To do: From the first line to the last, give the records again exactly.

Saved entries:
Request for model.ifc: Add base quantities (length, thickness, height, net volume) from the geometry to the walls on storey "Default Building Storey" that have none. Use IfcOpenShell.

First a look at what the model holds.

```python
import ifcopenshell
import ifcopenshell.util.element
import ifcopenshell.util.unit

model = ifcopenshell.open("model.ifc")
print(model.schema)
for unit_type in ("LENGTHUNIT", "AREAUNIT", "VOLUMEUNIT"):
    print(unit_type, ifcopenshell.util.unit.calculate_unit_scale(model, unit_type))
storey = next(s for s in model.by_type("IfcBuildingStorey") if s.Name == "Default Building Storey")
walls = [e for e in ifcopenshell.util.element.get_decomposition(storey) if e.is_a("IfcWall")]
for e in sorted(walls, key=lambda e: e.id()):
    print(e.id(), e.is_a(), e.Name, list(ifcopenshell.util.element.get_psets(e, qtos_only=True)), sep=" | ")
```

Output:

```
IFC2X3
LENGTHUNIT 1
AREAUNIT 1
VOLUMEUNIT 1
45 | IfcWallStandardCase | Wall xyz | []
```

```python
import ifcopenshell
import ifcopenshell.api.pset
import ifcopenshell.geom
import ifcopenshell.util.element
import ifcopenshell.util.shape
import ifcopenshell.util.unit

model = ifcopenshell.open("model.ifc")
unit_scale = ifcopenshell.util.unit.calculate_unit_scale(model)
volume_scale = ifcopenshell.util.unit.calculate_unit_scale(model, "VOLUMEUNIT")
settings = ifcopenshell.geom.settings()

storey = next(s for s in model.by_type("IfcBuildingStorey") if s.Name == "Default Building Storey")
walls = [e for e in ifcopenshell.util.element.get_decomposition(storey) if e.is_a("IfcWall")]

for e in sorted(walls, key=lambda e: e.id()):
    if ifcopenshell.util.element.get_psets(e, qtos_only=True, should_inherit=False):
        continue
    # Geometry comes back in metres, in the element's own axes.
    shape = ifcopenshell.geom.create_shape(settings, e)
    values = {
        "Length": ifcopenshell.util.shape.get_x(shape.geometry) / unit_scale,
        "Width": ifcopenshell.util.shape.get_y(shape.geometry) / unit_scale,
        "Height": ifcopenshell.util.shape.get_z(shape.geometry) / unit_scale,
        "NetVolume": ifcopenshell.util.shape.get_volume(shape.geometry) / volume_scale,
    }
    qto = ifcopenshell.api.pset.add_qto(model, product=e, name="BaseQuantities")
    ifcopenshell.api.pset.edit_qto(model, qto=qto, properties=values)
    print(e.id(), {k: round(v, 3) for k, v in values.items()})

model.write("model_edited.ifc")
```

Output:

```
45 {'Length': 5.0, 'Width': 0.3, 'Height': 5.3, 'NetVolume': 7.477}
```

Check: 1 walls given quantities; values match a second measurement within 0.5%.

Result:
Request for model.ifc: Add base quantities (length, thickness, height, net volume) from the geometry to the walls on storey "Default Building Storey" that have none. Use IfcOpenShell.

First a look at what the model holds.

```python
import ifcopenshell
import ifcopenshell.util.element
import ifcopenshell.util.unit

model = ifcopenshell.open("model.ifc")
print(model.schema)
for unit_type in ("LENGTHUNIT", "AREAUNIT", "VOLUMEUNIT"):
    print(unit_type, ifcopenshell.util.unit.calculate_unit_scale(model, unit_type))
storey = next(s for s in model.by_type("IfcBuildingStorey") if s.Name == "Default Building Storey")
walls = [e for e in ifcopenshell.util.element.get_decomposition(storey) if e.is_a("IfcWall")]
for e in sorted(walls, key=lambda e: e.id()):
    print(e.id(), e.is_a(), e.Name, list(ifcopenshell.util.element.get_psets(e, qtos_only=True)), sep=" | ")
```

Output:

```
IFC2X3
LENGTHUNIT 1
AREAUNIT 1
VOLUMEUNIT 1
45 | IfcWallStandardCase | Wall xyz | []
```

```python
import ifcopenshell
import ifcopenshell.api.pset
import ifcopenshell.geom
import ifcopenshell.util.element
import ifcopenshell.util.shape
import ifcopenshell.util.unit

model = ifcopenshell.open("model.ifc")
unit_scale = ifcopenshell.util.unit.calculate_unit_scale(model)
volume_scale = ifcopenshell.util.unit.calculate_unit_scale(model, "VOLUMEUNIT")
settings = ifcopenshell.geom.settings()

storey = next(s for s in model.by_type("IfcBuildingStorey") if s.Name == "Default Building Storey")
walls = [e for e in ifcopenshell.util.element.get_decomposition(storey) if e.is_a("IfcWall")]

for e in sorted(walls, key=lambda e: e.id()):
    if ifcopenshell.util.element.get_psets(e, qtos_only=True, should_inherit=False):
        continue
    # Geometry comes back in metres, in the element's own axes.
    shape = ifcopenshell.geom.create_shape(settings, e)
    values = {
        "Length": ifcopenshell.util.shape.get_x(shape.geometry) / unit_scale,
        "Width": ifcopenshell.util.shape.get_y(shape.geometry) / unit_scale,
        "Height": ifcopenshell.util.shape.get_z(shape.geometry) / unit_scale,
        "NetVolume": ifcopenshell.util.shape.get_volume(shape.geometry) / volume_scale,
    }
    qto = ifcopenshell.api.pset.add_qto(model, product=e, name="BaseQuantities")
    ifcopenshell.api.pset.edit_qto(model, qto=qto, properties=values)
    print(e.id(), {k: round(v, 3) for k, v in values.items()})

model.write("model_edited.ifc")
```

Output:

```
45 {'Length': 5.0, 'Width': 0.3, 'Height': 5.3, 'NetVolume': 7.477}
```

Check: 1 walls given quantities; values match a second measurement within 0.5%.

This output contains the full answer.